In engineering field, analytical methods can only be applied to classic heat transfer problems with regular geometric boundaries. It is difficult to apply analytical methods in solving the mathematical and physical equations in nonorthogonal boundary of irregular domains. In this paper, we presented a method by conformal mapping from the solution for heat conduction problems in regular domains to solve problems in irregular domains.

1. Introduction

In engineering field, all two-dimensional heat conduction problems can be solved by the partial differential equations in the initial and boundary conditions in mathematics. For problems in regular domains, the analytical methods can be applied, including the variable separation method, the integral transformation method, Green's function method, and the conformal mapping method. However, it is hard to apply those analytical methods to solve problems in irregular domains. Therefore, numerical methods were extensively used to solve the practical problems. In fact, analytical methods have advantages in illustrating the basics of physical concepts, giving the concise conclusions, by which it is easier to analyze a different physical phenomenon. Besides, it is less time consuming compared with the numerical method.

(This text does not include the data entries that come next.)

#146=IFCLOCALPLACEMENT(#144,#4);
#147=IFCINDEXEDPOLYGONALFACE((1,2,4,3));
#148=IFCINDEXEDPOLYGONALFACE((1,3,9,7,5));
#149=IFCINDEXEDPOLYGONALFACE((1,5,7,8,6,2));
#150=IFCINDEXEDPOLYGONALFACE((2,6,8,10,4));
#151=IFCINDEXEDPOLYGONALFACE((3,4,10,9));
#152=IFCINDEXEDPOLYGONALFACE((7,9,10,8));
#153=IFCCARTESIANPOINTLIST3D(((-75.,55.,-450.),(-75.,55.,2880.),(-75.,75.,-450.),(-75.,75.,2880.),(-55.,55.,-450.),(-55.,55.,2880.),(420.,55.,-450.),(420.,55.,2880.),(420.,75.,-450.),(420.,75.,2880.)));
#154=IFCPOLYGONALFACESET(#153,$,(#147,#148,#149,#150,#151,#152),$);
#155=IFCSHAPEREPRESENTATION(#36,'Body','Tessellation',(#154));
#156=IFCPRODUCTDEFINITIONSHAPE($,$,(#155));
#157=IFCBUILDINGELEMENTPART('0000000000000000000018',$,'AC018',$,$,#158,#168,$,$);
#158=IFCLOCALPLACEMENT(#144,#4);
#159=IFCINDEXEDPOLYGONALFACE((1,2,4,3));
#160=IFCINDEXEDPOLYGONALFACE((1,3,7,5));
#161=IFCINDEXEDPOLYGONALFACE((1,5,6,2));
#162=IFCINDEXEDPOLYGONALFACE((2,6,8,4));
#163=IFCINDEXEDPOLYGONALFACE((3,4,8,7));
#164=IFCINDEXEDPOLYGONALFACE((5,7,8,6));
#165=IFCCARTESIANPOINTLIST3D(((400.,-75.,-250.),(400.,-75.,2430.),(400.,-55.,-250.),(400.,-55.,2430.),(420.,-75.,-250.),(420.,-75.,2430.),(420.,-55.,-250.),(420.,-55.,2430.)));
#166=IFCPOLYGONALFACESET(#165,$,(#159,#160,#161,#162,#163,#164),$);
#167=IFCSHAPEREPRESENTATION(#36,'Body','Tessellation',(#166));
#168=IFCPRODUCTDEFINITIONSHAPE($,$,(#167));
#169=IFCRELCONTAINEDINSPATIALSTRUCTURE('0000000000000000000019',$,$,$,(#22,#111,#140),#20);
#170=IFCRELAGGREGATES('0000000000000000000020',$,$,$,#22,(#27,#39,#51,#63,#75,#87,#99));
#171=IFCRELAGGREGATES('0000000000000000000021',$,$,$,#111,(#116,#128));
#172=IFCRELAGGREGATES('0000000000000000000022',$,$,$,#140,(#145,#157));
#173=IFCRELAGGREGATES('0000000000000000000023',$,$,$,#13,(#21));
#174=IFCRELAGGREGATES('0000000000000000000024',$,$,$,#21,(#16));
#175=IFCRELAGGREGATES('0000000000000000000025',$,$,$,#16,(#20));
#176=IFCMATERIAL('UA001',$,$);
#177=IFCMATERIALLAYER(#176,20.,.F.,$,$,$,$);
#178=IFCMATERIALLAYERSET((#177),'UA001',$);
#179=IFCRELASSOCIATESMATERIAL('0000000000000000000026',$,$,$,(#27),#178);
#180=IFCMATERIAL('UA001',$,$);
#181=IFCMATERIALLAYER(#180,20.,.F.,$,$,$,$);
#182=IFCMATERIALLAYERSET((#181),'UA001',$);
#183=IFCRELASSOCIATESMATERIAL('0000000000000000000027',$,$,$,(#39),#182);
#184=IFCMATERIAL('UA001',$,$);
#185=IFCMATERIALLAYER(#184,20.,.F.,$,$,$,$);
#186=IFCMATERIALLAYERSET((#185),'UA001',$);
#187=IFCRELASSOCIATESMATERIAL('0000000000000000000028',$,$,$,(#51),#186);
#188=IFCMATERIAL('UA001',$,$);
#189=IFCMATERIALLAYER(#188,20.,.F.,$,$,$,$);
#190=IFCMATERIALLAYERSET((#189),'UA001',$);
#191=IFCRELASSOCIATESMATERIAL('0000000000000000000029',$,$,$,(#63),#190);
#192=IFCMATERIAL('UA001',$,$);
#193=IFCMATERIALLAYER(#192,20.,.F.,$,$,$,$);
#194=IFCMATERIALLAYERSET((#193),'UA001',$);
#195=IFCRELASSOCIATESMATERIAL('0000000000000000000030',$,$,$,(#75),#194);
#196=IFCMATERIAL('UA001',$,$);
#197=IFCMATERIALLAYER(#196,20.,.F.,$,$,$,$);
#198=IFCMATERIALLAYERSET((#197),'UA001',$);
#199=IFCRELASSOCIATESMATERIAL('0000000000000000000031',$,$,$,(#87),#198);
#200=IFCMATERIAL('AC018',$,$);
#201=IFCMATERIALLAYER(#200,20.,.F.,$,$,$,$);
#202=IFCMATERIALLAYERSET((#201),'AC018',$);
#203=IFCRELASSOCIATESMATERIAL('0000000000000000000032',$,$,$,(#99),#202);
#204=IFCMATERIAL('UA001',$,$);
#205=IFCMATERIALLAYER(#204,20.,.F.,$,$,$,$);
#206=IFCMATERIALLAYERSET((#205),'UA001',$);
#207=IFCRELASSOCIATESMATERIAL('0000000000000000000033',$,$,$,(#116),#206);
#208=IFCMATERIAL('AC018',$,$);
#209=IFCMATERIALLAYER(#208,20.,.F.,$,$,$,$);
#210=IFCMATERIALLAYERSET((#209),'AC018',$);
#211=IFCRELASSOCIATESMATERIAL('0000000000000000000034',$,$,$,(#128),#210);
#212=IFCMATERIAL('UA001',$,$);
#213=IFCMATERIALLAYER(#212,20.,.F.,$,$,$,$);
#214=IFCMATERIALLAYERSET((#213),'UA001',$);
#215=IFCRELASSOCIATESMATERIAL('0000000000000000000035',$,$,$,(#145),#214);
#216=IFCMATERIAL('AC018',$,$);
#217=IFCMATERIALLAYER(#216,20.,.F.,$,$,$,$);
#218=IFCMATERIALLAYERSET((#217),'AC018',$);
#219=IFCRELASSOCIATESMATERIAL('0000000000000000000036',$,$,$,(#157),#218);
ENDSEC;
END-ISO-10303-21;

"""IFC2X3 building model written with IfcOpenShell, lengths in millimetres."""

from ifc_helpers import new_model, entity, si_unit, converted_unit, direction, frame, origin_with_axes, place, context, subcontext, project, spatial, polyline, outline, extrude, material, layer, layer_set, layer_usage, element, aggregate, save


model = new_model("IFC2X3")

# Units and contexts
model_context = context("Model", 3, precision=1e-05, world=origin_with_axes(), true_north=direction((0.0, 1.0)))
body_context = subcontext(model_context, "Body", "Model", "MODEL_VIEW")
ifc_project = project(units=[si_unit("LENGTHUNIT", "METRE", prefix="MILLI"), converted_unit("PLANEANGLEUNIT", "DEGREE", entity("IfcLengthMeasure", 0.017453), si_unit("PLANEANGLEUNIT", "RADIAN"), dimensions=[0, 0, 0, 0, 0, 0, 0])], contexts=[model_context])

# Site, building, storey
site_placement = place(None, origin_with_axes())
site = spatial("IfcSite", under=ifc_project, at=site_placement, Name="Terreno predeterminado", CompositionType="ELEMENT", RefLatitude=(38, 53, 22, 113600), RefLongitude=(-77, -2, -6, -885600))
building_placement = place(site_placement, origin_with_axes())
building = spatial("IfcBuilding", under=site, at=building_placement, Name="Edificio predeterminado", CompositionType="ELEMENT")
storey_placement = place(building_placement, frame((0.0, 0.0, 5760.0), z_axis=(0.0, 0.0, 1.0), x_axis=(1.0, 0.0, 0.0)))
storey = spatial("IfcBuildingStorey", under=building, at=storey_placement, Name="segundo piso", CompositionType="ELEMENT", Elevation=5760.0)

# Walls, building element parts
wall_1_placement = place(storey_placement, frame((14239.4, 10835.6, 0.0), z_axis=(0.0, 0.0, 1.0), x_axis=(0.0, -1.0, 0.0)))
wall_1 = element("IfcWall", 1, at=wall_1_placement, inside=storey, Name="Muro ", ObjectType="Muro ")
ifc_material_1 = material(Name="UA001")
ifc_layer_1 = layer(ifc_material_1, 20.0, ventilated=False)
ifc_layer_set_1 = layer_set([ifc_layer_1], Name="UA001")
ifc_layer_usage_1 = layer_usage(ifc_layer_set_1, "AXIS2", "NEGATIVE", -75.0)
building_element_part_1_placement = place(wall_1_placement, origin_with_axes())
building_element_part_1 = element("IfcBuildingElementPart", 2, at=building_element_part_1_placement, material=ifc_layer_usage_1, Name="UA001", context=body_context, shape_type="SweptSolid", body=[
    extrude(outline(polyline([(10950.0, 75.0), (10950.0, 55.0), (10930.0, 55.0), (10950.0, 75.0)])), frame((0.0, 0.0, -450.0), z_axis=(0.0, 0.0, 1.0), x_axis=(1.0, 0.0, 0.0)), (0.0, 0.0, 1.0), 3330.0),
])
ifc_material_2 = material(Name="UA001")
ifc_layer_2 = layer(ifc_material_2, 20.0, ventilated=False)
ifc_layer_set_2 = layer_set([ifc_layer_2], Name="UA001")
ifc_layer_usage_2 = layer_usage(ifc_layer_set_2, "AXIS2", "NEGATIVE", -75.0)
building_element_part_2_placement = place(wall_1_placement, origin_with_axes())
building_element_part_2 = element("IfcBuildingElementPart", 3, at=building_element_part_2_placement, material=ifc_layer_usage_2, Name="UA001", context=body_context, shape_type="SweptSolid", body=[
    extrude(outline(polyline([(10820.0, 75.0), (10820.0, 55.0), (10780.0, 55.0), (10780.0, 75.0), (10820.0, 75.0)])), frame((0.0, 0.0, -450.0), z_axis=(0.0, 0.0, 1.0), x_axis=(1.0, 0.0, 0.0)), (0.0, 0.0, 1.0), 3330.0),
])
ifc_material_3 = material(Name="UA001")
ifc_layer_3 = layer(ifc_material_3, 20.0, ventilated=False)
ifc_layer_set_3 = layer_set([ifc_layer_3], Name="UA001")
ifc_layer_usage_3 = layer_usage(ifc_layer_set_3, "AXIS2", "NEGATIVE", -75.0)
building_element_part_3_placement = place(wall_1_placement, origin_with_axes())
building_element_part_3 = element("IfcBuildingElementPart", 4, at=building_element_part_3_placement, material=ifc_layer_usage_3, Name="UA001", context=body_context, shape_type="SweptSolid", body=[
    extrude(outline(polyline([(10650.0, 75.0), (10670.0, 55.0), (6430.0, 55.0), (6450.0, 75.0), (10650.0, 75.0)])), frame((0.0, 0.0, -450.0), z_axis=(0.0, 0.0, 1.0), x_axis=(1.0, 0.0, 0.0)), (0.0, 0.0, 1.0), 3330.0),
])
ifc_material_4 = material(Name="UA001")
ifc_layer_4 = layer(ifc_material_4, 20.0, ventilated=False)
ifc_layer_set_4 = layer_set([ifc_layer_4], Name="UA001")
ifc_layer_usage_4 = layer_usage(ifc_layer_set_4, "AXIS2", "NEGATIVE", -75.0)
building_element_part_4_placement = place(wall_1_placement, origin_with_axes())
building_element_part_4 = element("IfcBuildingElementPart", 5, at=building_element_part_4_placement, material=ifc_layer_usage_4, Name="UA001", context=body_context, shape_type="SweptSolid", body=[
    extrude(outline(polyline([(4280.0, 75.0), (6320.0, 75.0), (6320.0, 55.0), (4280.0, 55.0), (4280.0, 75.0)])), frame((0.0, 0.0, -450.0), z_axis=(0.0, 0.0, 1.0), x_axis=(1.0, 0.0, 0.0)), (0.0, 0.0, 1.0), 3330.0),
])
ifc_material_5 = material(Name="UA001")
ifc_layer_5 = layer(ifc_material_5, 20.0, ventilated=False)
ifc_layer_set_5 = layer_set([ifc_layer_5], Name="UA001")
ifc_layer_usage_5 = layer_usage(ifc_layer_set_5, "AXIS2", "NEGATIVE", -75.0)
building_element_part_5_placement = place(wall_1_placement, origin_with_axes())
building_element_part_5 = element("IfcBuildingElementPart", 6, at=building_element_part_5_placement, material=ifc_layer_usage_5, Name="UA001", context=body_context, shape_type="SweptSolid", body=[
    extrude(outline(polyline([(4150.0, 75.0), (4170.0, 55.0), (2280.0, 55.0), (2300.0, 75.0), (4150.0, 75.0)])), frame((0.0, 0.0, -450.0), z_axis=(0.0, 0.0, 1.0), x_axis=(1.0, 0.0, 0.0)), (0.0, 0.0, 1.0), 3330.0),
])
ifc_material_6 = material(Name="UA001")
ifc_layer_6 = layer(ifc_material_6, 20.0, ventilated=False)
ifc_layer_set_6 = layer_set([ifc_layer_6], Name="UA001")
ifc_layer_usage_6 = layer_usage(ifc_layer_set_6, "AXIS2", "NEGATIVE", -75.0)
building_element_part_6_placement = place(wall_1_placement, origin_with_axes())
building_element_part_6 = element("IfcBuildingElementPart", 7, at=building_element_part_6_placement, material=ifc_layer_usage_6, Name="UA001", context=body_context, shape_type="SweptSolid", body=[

Jiji introduced the method of singular perturbation to Slovenia two-dimensional heat conduction in irregular domains which retains the two-dimensional nature and gives accurate estimates of the heat flux in the boundary-layer region [1]. A simple finite-difference technique using the generalized finite-difference (GFD) discretization was presented by Chung for two-dimensional heat transfer problems of irregular geometry [2]. McCorquodale et al. presented an algorithm for solving the heat equation on irregular time-dependent domains. This leaded to a method that was second-order accurate in space and time [3]. Lately researchers also developed Weighted Least-Squares Collocation Method (WLSCM) and smoothed particle hydrodynamics method for Heat Conduction Problems in Irregular Domains [4, 5]. In general, the partial differential equations for heat conduction problems can be solved by the variable separation method, in which the infinite series solution can be constructed in the orthogonal curvilinear coordinate system with the corresponding functions. And the coefficients in the above infinite series can be determined by the Fourier-Liouville series expansion. Different coordinate systems can be chosen for different problems, according to the specific boundaries. For example, using spherical coordinates or cylindrical coordinates to separate the variables in the Laplace equations, wave equations, or transport equations, an associated Legendre equation, Bessel equation or Spherical Bessel equation will appear, respectively. The image method and conformal mapping technique are well known in solving two-dimensional problems [6]. For heat conduction problems with irregular domains, we can map these irregular domains to regular domains which are called the image spaces. The solutions of the problems in the image spaces are easy to be obtained. Then by mapping the solutions back to the initial space, we can get the solutions of the initial problems [7 –11].

2. Analytical Method

2.1. Dirichlet Problem in the Eccentric Domain

For steady heat conduction issues with internal heat source in irregular domains, analytical methods solve the initial state and boundary condition of the Poisson equation. The fundamental equations and boundary conditions are

\begin{matrix} \frac{\partial^{2} u}{\partial r^{2}} + \frac{1}{r} \frac{\partial u}{\partial r} + \frac{1}{r^{2}} \frac{\partial^{2} u}{\partial θ^{2}} + \frac{q_{V}}{λ} = 0 \\ u = U_{1} On the C 1 \\ u = U_{2} On the C 2 . \end{matrix}

(1)

In the equation, u is temperature distribution, q_V is heat flux, and λ is thermal conductivity.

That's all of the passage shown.